Hi all,
I have 12 RNA-seq samples that represent 4 different cell lines each done in triplicate, as below:
fastq Condition CellLine 64 64-C232_3_S11_R1_001.fastq.gz Control C1 73 73-C232_2_S10_R1_001.fastq.gz Control C1 84 84-C232_1_S4_R1_001.fastq.gz Control C1 65 65-C229_2_S3_R1_001.fastq.gz Control C2 76 76-C229_3_S12_R1_001.fastq.gz Control C2 81 81-C229_3_S5_R1_001.fastq.gz Control C2 62 62-232_3_S1_R1_001.fastq.gz Disease D1 63 63-232_3_S2_R1_001.fastq.gz Disease D1 89 89-232_1_S7_R1_001.fastq.gz Disease D1 71 71-348_4_S8_R1_001.fastq.gz Disease D2 86 86-348_3_S6_R1_001.fastq.gz Disease D2 88 88-348_4_S9_R1_001.fastq.gz Disease D2
So, C1, C2, D1, and D2 are all independent cell lines, and really I'd like to know what is different in Control vs Disease. Of note, C1/D1 and C2/D2 are not paired cell lines (e.g. healthy and disease derived from the same individual). As such, the straightforward design of ~ CellLine + Condition
gives the model matrix not full rank error. I can, however, use a custom design matrix as suggested in the vignette as follows:
dds <- DESeqDataSetFromMatrix(countData=counts, colData=mapping, design= ~1) dds$indn <- factor(c(1,1,1,2,2,2,1,1,1,2,2,2)) mm1 <- model.matrix(~ Condition + Condition:indn, colData(dds)) > mm1 (Intercept) ConditionDisease ConditionControl:indn2 ConditionDisease:indn2 64 1 0 0 0 73 1 0 0 0 84 1 0 0 0 65 1 0 1 0 76 1 0 1 0 81 1 0 1 0 62 1 1 0 0 63 1 1 0 0 89 1 1 0 0 71 1 1 0 1 86 1 1 0 1 88 1 1 0 1
I then extract the results as follows:
> resultsNames(dds) [1] "Intercept" "ConditionDisease" "ConditionControl.indn2" [4] "ConditionDisease.indn2" > res <- results(dds, contrast=c(0,1,0,0))

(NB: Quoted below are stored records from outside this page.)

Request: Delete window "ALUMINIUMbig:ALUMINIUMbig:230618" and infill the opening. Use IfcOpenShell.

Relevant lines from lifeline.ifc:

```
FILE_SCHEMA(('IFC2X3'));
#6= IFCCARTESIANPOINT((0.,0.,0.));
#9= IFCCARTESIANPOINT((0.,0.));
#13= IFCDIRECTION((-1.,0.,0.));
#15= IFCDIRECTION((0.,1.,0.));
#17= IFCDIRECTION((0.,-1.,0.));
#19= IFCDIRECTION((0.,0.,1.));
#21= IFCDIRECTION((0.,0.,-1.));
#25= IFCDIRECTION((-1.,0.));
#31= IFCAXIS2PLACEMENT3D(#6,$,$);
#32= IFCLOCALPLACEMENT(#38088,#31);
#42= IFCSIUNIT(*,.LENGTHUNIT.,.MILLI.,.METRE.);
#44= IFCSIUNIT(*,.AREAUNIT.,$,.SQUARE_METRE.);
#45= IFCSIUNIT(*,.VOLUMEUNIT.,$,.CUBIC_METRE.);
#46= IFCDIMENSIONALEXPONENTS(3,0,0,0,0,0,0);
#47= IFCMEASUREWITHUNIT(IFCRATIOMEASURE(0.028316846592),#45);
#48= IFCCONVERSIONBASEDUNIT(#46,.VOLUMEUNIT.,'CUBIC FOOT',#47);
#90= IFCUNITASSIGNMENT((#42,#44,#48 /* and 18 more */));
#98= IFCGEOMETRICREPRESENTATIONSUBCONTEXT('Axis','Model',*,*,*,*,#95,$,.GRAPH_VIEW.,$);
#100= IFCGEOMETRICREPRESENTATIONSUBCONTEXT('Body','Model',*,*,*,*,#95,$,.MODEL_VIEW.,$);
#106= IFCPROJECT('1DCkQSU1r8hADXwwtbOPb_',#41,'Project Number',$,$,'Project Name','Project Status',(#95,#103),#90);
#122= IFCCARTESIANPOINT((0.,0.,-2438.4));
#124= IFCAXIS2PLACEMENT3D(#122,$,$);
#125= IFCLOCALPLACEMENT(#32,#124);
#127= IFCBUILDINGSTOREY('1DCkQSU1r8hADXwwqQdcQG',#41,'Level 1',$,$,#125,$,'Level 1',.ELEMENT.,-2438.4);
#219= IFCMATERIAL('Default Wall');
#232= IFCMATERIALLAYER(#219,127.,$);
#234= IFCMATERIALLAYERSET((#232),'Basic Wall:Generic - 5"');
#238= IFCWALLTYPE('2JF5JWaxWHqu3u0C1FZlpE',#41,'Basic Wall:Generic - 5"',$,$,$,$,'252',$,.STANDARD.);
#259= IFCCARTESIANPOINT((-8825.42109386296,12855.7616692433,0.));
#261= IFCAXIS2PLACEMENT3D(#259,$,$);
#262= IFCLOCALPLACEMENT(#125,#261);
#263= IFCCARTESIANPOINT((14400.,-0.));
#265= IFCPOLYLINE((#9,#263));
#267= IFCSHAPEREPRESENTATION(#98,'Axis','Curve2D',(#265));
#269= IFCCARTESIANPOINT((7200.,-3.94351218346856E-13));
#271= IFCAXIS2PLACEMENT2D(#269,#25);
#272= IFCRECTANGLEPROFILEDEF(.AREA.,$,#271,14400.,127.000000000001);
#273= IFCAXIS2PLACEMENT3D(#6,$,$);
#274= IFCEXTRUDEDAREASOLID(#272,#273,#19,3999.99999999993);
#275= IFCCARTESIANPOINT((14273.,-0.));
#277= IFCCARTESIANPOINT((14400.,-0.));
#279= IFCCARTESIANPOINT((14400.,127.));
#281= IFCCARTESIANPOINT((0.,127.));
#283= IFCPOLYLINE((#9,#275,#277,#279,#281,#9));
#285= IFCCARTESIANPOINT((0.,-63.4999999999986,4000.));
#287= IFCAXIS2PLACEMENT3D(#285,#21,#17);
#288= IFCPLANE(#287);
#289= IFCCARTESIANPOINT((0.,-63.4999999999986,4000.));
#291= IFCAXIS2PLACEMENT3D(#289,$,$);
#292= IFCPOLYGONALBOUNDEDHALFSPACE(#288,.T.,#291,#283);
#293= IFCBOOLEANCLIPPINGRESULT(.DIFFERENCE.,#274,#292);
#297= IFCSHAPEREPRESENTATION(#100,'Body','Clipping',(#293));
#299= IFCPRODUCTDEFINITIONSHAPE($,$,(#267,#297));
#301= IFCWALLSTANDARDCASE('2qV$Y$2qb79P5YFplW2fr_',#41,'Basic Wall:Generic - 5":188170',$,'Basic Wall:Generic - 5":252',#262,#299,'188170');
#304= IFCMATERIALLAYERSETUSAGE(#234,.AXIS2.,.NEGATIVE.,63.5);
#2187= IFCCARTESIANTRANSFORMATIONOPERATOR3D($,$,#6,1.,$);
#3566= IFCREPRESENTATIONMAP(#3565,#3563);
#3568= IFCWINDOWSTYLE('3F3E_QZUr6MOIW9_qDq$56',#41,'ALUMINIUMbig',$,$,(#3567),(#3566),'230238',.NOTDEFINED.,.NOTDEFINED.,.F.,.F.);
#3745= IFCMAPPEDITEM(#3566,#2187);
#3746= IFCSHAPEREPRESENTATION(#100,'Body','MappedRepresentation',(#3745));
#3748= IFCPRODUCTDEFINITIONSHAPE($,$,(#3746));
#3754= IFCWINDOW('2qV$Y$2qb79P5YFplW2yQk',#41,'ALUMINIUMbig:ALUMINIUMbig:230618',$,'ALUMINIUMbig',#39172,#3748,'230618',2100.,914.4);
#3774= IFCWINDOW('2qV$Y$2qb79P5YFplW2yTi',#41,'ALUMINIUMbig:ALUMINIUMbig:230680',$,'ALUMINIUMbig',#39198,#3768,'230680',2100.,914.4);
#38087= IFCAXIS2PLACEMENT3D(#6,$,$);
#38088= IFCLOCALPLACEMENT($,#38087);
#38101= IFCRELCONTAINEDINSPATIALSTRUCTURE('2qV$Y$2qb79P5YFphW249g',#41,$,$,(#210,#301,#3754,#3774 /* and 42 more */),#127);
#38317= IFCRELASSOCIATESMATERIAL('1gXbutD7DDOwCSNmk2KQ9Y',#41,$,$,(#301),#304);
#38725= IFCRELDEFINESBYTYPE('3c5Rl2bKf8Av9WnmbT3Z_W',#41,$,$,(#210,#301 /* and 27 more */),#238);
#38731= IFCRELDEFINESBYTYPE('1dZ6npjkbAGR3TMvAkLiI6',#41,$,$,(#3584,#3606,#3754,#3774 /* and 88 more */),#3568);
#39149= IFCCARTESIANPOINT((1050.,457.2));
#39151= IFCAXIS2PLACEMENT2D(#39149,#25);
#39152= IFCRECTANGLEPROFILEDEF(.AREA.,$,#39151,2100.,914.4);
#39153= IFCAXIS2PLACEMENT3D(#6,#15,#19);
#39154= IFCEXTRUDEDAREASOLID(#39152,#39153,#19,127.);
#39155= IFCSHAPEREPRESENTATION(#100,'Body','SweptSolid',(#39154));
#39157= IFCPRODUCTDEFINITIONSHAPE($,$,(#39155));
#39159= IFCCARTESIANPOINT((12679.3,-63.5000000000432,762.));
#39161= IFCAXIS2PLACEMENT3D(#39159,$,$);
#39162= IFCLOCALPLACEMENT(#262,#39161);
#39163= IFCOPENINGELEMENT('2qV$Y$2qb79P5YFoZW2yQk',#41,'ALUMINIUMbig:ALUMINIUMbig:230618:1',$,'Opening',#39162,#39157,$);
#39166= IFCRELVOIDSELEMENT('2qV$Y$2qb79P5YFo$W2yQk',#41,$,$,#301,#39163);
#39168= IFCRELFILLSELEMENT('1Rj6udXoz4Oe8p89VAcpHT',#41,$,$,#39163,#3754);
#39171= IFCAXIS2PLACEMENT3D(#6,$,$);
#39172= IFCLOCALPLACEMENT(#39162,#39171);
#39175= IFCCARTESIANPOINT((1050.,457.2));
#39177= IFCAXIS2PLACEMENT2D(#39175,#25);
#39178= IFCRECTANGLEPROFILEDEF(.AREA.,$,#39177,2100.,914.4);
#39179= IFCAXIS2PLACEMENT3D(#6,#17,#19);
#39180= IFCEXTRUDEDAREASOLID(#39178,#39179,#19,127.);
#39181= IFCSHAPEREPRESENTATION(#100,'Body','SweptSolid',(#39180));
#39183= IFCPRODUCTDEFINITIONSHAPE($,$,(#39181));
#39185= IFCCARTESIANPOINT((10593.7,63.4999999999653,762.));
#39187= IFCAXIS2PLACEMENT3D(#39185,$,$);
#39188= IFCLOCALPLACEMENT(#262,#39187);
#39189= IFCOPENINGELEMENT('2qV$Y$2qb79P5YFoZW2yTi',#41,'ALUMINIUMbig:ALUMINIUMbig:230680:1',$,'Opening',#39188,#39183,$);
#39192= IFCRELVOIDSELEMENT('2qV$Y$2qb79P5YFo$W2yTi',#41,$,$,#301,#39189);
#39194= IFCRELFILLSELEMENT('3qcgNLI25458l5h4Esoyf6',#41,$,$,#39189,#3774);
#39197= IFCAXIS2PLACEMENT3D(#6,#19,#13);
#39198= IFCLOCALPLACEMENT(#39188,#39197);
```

```python
import ifcopenshell
import ifcopenshell.api.feature
import ifcopenshell.api.root
import ifcopenshell.geom
import ifcopenshell.util.shape

model = ifcopenshell.open("lifeline.ifc")
settings = ifcopenshell.geom.settings()


def volume(element):
    """Net volume in cubic metres, openings subtracted."""
    shape = ifcopenshell.geom.create_shape(settings, element)
    return ifcopenshell.util.shape.get_volume(shape.geometry)


window = model.by_guid("2qV$Y$2qb79P5YFplW2yQk")
opening = window.FillsVoids[0].RelatingOpeningElement
wall = opening.VoidsElements[0].RelatingBuildingElement
before = volume(wall)

ifcopenshell.api.root.remove_product(model, product=window)
ifcopenshell.api.feature.remove_feature(model, feature=opening)

after = volume(wall)

print(f"wall volume {before:.3f} -> {after:.3f} m3")

model.write("lifeline_updated.ifc")
```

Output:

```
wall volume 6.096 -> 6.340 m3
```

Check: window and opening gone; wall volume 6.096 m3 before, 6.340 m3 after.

Is this the correct way to extract the Condition effect while controlling for the fact that I have triplicate samples from different cell lines? I've looked through the various posts here/Biostars/seqanswers but can't seem to find this exact situation. I suppose we should have used paired cell lines, right? Thanks in advance for any help!
Thanks for the answer Michael. I suppose in the future I should ask this group to use paired cell lines if possible.